(Beginning of Dataset records)

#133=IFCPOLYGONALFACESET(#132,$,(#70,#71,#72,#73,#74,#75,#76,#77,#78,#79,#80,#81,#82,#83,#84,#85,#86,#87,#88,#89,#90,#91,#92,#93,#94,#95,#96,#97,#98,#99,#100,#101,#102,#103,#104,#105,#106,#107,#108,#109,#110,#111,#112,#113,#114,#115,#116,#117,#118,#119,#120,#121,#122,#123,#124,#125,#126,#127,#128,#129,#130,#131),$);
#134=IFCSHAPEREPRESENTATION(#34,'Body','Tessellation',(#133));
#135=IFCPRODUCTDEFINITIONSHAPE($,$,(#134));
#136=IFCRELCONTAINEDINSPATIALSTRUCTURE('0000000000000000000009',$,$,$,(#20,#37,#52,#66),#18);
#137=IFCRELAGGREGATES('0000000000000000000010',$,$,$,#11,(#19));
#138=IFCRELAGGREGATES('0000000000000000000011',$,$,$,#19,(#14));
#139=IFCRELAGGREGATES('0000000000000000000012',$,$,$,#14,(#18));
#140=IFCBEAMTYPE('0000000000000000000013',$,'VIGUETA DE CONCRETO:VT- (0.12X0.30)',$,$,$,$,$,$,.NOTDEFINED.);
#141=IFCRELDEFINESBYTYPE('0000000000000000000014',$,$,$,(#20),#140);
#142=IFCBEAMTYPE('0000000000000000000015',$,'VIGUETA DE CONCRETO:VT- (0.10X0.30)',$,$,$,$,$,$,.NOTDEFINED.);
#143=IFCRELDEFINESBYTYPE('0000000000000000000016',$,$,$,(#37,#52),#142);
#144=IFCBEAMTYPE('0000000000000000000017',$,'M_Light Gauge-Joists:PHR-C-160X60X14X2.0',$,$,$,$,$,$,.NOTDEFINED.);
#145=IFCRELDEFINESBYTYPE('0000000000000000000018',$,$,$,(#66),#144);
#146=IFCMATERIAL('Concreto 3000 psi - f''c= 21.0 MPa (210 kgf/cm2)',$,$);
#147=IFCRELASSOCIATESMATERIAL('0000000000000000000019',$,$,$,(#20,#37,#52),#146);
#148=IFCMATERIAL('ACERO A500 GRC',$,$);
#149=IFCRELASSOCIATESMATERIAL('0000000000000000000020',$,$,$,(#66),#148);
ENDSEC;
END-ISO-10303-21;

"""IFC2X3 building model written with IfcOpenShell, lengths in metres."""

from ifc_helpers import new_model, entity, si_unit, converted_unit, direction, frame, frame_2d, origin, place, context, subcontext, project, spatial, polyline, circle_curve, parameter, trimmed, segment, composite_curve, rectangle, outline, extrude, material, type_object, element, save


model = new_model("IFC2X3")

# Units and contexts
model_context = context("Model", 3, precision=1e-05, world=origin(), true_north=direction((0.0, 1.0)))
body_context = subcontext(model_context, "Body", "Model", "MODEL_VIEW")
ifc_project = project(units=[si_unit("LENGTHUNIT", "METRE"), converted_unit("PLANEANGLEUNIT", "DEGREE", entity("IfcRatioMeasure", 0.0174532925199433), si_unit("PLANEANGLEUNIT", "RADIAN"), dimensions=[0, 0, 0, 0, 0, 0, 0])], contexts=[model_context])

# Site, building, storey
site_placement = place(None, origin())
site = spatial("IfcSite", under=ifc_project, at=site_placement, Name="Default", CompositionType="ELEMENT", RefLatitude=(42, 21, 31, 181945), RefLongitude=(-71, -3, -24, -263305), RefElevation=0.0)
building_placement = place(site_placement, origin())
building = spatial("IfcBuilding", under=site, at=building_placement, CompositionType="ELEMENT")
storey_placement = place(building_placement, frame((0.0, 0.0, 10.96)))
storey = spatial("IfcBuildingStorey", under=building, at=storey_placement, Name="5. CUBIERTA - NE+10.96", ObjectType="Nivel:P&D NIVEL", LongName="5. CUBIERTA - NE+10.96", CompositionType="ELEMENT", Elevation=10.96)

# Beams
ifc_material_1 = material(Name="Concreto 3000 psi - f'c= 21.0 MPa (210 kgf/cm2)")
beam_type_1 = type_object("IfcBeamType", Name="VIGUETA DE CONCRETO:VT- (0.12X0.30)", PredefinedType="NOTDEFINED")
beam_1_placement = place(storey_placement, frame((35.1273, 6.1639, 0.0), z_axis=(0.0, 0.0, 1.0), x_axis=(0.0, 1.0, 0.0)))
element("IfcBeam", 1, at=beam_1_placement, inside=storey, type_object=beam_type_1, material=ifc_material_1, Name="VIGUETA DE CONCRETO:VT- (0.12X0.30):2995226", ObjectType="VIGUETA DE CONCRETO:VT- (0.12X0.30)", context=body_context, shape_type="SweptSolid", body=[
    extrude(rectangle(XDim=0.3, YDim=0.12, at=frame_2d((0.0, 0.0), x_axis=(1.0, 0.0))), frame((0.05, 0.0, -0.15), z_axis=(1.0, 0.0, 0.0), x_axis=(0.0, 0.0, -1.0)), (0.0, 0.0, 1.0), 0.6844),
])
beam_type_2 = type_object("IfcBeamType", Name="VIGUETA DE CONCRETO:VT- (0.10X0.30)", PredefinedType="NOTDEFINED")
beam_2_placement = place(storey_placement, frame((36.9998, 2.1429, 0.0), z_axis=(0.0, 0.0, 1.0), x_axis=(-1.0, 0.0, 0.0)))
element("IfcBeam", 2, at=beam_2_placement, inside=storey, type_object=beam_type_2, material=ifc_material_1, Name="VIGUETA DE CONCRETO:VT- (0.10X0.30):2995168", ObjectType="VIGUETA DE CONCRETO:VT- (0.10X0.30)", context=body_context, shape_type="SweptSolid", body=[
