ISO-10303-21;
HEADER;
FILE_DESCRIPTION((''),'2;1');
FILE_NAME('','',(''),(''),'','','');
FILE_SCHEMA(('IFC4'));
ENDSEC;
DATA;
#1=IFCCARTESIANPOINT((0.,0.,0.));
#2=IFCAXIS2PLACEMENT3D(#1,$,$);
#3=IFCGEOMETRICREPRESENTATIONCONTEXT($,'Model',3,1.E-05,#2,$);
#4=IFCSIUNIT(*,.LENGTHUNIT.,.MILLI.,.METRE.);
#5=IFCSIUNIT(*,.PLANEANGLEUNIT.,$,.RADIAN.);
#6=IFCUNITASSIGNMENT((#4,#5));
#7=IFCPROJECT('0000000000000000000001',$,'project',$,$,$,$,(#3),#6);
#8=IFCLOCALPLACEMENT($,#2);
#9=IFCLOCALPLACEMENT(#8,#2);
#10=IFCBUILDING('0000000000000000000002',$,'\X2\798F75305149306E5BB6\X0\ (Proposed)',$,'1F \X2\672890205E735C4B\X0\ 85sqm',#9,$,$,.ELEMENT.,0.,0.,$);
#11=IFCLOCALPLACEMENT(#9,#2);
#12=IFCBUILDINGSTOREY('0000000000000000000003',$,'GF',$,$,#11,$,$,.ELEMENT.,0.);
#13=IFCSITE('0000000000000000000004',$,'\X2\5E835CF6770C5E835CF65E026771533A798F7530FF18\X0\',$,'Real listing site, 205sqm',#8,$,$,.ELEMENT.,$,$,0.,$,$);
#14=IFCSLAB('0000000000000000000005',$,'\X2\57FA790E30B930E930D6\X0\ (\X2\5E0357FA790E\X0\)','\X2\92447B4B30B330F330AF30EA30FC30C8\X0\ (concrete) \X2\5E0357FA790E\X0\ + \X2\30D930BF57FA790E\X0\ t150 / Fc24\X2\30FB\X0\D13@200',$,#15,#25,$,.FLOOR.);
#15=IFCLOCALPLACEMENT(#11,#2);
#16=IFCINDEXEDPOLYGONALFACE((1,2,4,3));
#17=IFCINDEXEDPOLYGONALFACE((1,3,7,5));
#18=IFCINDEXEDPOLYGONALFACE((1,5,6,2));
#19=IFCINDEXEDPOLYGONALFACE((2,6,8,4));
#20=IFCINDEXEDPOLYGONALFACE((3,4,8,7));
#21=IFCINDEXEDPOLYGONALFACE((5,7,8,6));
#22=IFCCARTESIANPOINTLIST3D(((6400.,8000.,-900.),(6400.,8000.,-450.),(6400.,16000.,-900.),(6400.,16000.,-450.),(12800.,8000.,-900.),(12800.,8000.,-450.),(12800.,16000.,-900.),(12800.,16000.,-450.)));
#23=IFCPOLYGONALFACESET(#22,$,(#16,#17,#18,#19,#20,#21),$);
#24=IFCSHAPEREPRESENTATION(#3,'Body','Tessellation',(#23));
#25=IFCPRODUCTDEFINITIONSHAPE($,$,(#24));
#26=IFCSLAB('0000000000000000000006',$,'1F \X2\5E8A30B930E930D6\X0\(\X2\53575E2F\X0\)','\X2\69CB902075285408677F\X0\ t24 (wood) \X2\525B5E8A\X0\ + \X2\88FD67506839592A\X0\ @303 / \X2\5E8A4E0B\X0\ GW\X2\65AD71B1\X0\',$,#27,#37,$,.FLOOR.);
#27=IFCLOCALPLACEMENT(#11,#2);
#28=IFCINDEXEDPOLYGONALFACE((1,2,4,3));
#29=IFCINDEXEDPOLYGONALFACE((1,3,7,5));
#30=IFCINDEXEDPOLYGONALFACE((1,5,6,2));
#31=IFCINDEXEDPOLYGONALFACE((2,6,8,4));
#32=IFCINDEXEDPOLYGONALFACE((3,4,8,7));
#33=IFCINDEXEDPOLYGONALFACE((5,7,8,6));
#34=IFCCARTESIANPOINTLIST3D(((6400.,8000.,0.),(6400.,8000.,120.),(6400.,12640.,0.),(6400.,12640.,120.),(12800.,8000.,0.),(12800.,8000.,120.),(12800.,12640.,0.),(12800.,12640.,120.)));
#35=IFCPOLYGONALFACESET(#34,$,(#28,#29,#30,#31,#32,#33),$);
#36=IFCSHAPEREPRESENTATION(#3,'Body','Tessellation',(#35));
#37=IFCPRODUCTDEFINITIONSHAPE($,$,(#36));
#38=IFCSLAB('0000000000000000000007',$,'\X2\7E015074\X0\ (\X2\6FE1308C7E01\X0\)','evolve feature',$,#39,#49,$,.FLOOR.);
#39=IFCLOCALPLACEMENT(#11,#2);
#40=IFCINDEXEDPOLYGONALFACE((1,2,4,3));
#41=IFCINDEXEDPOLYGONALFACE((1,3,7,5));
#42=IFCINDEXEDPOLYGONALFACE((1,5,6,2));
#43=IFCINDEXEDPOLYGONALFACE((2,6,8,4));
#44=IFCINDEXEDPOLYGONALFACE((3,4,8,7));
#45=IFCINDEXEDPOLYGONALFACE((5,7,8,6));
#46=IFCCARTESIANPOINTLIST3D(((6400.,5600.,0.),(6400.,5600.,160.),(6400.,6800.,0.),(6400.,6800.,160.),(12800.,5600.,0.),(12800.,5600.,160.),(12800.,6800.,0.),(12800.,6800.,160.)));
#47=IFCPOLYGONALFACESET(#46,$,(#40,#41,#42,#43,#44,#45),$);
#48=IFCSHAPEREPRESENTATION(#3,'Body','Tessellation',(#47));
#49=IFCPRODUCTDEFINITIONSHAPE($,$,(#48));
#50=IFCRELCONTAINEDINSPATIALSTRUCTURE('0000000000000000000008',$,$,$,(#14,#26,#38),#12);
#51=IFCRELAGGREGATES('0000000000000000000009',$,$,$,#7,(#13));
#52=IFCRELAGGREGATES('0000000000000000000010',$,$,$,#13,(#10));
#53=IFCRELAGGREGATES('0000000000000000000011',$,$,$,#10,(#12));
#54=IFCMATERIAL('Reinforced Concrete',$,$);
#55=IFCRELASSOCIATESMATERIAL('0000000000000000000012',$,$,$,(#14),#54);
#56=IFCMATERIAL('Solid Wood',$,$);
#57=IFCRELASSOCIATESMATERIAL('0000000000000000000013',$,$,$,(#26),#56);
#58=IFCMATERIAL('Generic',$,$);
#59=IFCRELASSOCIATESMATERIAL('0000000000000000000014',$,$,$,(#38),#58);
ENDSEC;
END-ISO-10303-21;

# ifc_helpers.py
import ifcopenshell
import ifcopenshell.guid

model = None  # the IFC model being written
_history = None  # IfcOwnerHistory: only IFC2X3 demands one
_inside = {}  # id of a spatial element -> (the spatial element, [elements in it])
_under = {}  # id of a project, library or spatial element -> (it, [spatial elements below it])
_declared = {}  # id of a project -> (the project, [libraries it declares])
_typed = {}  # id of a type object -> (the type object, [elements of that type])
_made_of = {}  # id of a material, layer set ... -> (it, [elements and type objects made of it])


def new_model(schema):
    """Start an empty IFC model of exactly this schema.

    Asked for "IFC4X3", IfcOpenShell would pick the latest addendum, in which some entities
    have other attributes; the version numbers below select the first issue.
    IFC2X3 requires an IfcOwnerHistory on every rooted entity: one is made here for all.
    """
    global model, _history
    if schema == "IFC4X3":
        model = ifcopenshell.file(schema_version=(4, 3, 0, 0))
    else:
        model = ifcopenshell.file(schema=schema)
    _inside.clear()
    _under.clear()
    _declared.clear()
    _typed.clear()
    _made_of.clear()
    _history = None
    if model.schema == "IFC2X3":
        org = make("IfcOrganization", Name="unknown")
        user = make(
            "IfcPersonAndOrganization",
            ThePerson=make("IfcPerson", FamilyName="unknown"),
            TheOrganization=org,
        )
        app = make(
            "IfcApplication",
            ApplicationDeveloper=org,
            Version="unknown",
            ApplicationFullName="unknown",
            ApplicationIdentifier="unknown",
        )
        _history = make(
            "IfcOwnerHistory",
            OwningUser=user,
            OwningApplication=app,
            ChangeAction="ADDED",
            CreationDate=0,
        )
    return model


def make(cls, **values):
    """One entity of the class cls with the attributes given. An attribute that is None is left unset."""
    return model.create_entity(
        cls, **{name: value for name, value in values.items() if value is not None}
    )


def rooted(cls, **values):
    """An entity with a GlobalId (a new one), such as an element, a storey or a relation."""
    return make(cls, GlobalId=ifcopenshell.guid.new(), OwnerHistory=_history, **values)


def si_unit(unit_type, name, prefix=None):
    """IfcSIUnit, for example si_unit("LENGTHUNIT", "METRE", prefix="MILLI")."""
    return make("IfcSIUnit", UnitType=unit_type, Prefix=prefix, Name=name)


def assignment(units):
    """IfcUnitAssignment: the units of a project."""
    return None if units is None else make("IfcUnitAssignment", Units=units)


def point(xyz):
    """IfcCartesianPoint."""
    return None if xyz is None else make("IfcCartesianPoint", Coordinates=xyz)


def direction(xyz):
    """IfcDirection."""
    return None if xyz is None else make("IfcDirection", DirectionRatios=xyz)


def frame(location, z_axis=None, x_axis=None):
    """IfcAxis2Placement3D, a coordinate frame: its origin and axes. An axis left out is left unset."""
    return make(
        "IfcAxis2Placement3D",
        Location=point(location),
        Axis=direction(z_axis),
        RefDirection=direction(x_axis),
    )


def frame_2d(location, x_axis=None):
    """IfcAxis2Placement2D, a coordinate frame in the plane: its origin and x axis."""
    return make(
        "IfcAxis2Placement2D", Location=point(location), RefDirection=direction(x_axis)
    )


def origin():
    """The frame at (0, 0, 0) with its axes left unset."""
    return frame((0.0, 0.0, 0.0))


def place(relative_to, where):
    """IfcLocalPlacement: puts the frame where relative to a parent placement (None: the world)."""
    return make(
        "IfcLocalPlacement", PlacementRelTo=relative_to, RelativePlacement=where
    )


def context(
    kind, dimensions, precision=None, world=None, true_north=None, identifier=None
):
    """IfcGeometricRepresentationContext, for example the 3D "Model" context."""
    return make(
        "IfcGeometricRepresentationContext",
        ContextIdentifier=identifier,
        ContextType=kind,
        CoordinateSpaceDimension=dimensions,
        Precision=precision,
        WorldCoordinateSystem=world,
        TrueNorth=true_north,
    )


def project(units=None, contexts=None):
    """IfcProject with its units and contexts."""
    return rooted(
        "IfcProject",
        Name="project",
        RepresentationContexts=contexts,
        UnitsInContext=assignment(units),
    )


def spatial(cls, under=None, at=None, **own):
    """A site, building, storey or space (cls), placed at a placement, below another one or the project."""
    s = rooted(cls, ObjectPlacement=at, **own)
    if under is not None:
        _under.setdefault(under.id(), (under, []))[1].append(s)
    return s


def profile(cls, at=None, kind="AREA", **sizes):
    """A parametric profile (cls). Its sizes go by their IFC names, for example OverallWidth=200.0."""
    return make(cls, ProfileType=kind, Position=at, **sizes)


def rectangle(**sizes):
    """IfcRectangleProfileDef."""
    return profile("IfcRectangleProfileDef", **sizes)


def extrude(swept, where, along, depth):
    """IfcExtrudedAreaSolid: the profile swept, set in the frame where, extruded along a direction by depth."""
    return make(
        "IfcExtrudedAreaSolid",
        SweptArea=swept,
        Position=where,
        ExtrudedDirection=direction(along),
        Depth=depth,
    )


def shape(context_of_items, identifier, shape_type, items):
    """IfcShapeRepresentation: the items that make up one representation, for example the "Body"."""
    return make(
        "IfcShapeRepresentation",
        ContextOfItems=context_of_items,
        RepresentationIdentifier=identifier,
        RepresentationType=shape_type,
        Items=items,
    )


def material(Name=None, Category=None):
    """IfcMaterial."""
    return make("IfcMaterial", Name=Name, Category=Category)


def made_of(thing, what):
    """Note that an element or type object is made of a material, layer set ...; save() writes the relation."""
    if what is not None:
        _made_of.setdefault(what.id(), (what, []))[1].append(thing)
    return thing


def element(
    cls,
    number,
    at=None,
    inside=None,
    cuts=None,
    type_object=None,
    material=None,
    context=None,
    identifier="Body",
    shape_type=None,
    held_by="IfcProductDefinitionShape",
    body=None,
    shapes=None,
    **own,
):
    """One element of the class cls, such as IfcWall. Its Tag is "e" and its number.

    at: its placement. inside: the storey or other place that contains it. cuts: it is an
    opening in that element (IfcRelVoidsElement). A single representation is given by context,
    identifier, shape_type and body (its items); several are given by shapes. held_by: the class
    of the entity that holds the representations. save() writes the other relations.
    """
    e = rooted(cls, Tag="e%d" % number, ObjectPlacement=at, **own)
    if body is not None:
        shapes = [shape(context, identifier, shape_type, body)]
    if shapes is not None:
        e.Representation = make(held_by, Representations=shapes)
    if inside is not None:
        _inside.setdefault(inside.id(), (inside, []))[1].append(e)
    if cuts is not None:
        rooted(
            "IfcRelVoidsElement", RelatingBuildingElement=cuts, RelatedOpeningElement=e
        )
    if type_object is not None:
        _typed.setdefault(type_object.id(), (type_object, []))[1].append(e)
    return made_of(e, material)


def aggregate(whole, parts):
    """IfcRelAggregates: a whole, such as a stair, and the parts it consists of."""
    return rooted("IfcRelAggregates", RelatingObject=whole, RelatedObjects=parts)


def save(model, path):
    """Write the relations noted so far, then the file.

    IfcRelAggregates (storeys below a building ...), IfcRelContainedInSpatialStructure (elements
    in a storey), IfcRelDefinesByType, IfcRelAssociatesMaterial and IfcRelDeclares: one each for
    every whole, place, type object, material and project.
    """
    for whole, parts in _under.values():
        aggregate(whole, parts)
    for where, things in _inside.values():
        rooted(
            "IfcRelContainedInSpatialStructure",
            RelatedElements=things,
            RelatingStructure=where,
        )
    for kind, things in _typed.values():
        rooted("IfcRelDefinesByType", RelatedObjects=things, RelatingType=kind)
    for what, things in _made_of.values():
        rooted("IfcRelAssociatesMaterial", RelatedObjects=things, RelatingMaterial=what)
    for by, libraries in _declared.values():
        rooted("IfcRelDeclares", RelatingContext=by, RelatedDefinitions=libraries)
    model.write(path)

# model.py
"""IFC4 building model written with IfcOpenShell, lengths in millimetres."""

from ifc_helpers import new_model, si_unit, frame, frame_2d, origin, place, context, project, spatial, rectangle, extrude, material, element, save


model = new_model("IFC4")

# Units and contexts
model_context = context("Model", 3, precision=1e-05, world=origin())
ifc_project = project(units=[si_unit("LENGTHUNIT", "METRE", prefix="MILLI"), si_unit("PLANEANGLEUNIT", "RADIAN")], contexts=[model_context])

# Site, building, storey
site_placement = place(None, origin())
site = spatial("IfcSite", under=ifc_project, at=site_placement, Name="広島県広島市東区福田８", ObjectType="Real listing site, 205sqm", CompositionType="ELEMENT", RefElevation=0.0)
building_placement = place(site_placement, origin())
building = spatial("IfcBuilding", under=site, at=building_placement, Name="福田光の家 (Proposed)", ObjectType="1F 木造平屋 85sqm", CompositionType="ELEMENT", ElevationOfRefHeight=0.0, ElevationOfTerrain=0.0)
storey_placement = place(building_placement, origin())
storey = spatial("IfcBuildingStorey", under=building, at=storey_placement, Name="GF", CompositionType="ELEMENT", Elevation=0.0)

# Slabs
ifc_material_1 = material(Name="Reinforced Concrete")
slab_1_placement = place(storey_placement, frame((3200.0, 4000.0, -450.0)))
element("IfcSlab", 1, at=slab_1_placement, inside=storey, material=ifc_material_1, Name="基礎スラブ (布基礎)", Description="鉄筋コンクリート (concrete) 布基礎 + ベタ基礎 t150 / Fc24・D13@200", PredefinedType="FLOOR", context=model_context, shape_type="SweptSolid", body=[
    extrude(rectangle(XDim=6400.0, YDim=8000.0, at=frame_2d((3200.0, 4000.0))), frame((3200.0, 4000.0, -450.0)), (0.0, 0.0, 1.0), 450.0),
])
ifc_material_2 = material(Name="Solid Wood")
slab_2_placement = place(storey_placement, frame((3200.0, 4000.0, 0.0)))
element("IfcSlab", 2, at=slab_2_placement, inside=storey, material=ifc_material_2, Name="1F 床スラブ(南帯)", Description="構造用合板 t24 (wood) 剛床 + 製材根太 @303 / 床下 GW断熱", PredefinedType="FLOOR", context=model_context, shape_type="SweptSolid", body=[
    extrude(rectangle(XDim=6400.0, YDim=4640.0, at=frame_2d((3200.0, 2320.0))), frame((3200.0, 4000.0, 0.0)), (0.0, 0.0, 1.0), 120.0),
])
ifc_material_3 = material(Name="Generic")
slab_3_placement = place(storey_placement, frame((3200.0, 2800.0, 0.0)))
element("IfcSlab", 3, at=slab_3_placement, inside=storey, material=ifc_material_3, Name="縁側 (濡れ縁)", Description="evolve feature", PredefinedType="FLOOR", context=model_context, shape_type="SweptSolid", body=[
    extrude(rectangle(XDim=6400.0, YDim=1200.0, at=frame_2d((3200.0, 600.0))), frame((3200.0, 2800.0, 0.0)), (0.0, 0.0, 1.0), 160.0),
])

save(model, "model.ifc")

(End of Dataset records)

Work task: Reproduce exactly the lines of the records above from the one with "#23=IFCPOLYGONALFACESET(#22,$,(#16,#17,#18,#19,#20,#21),$);" to the one with "#32=IFCINDEXEDPOLYGONALFACE((3,4,8,7));", both included, and leave out everything else.

Answer to the problem:
#23=IFCPOLYGONALFACESET(#22,$,(#16,#17,#18,#19,#20,#21),$);
#24=IFCSHAPEREPRESENTATION(#3,'Body','Tessellation',(#23));
#25=IFCPRODUCTDEFINITIONSHAPE($,$,(#24));
#26=IFCSLAB('0000000000000000000006',$,'1F \X2\5E8A30B930E930D6\X0\(\X2\53575E2F\X0\)','\X2\69CB902075285408677F\X0\ t24 (wood) \X2\525B5E8A\X0\ + \X2\88FD67506839592A\X0\ @303 / \X2\5E8A4E0B\X0\ GW\X2\65AD71B1\X0\',$,#27,#37,$,.FLOOR.);
#27=IFCLOCALPLACEMENT(#11,#2);
#28=IFCINDEXEDPOLYGONALFACE((1,2,4,3));
#29=IFCINDEXEDPOLYGONALFACE((1,3,7,5));
#30=IFCINDEXEDPOLYGONALFACE((1,5,6,2));
#31=IFCINDEXEDPOLYGONALFACE((2,6,8,4));
#32=IFCINDEXEDPOLYGONALFACE((3,4,8,7));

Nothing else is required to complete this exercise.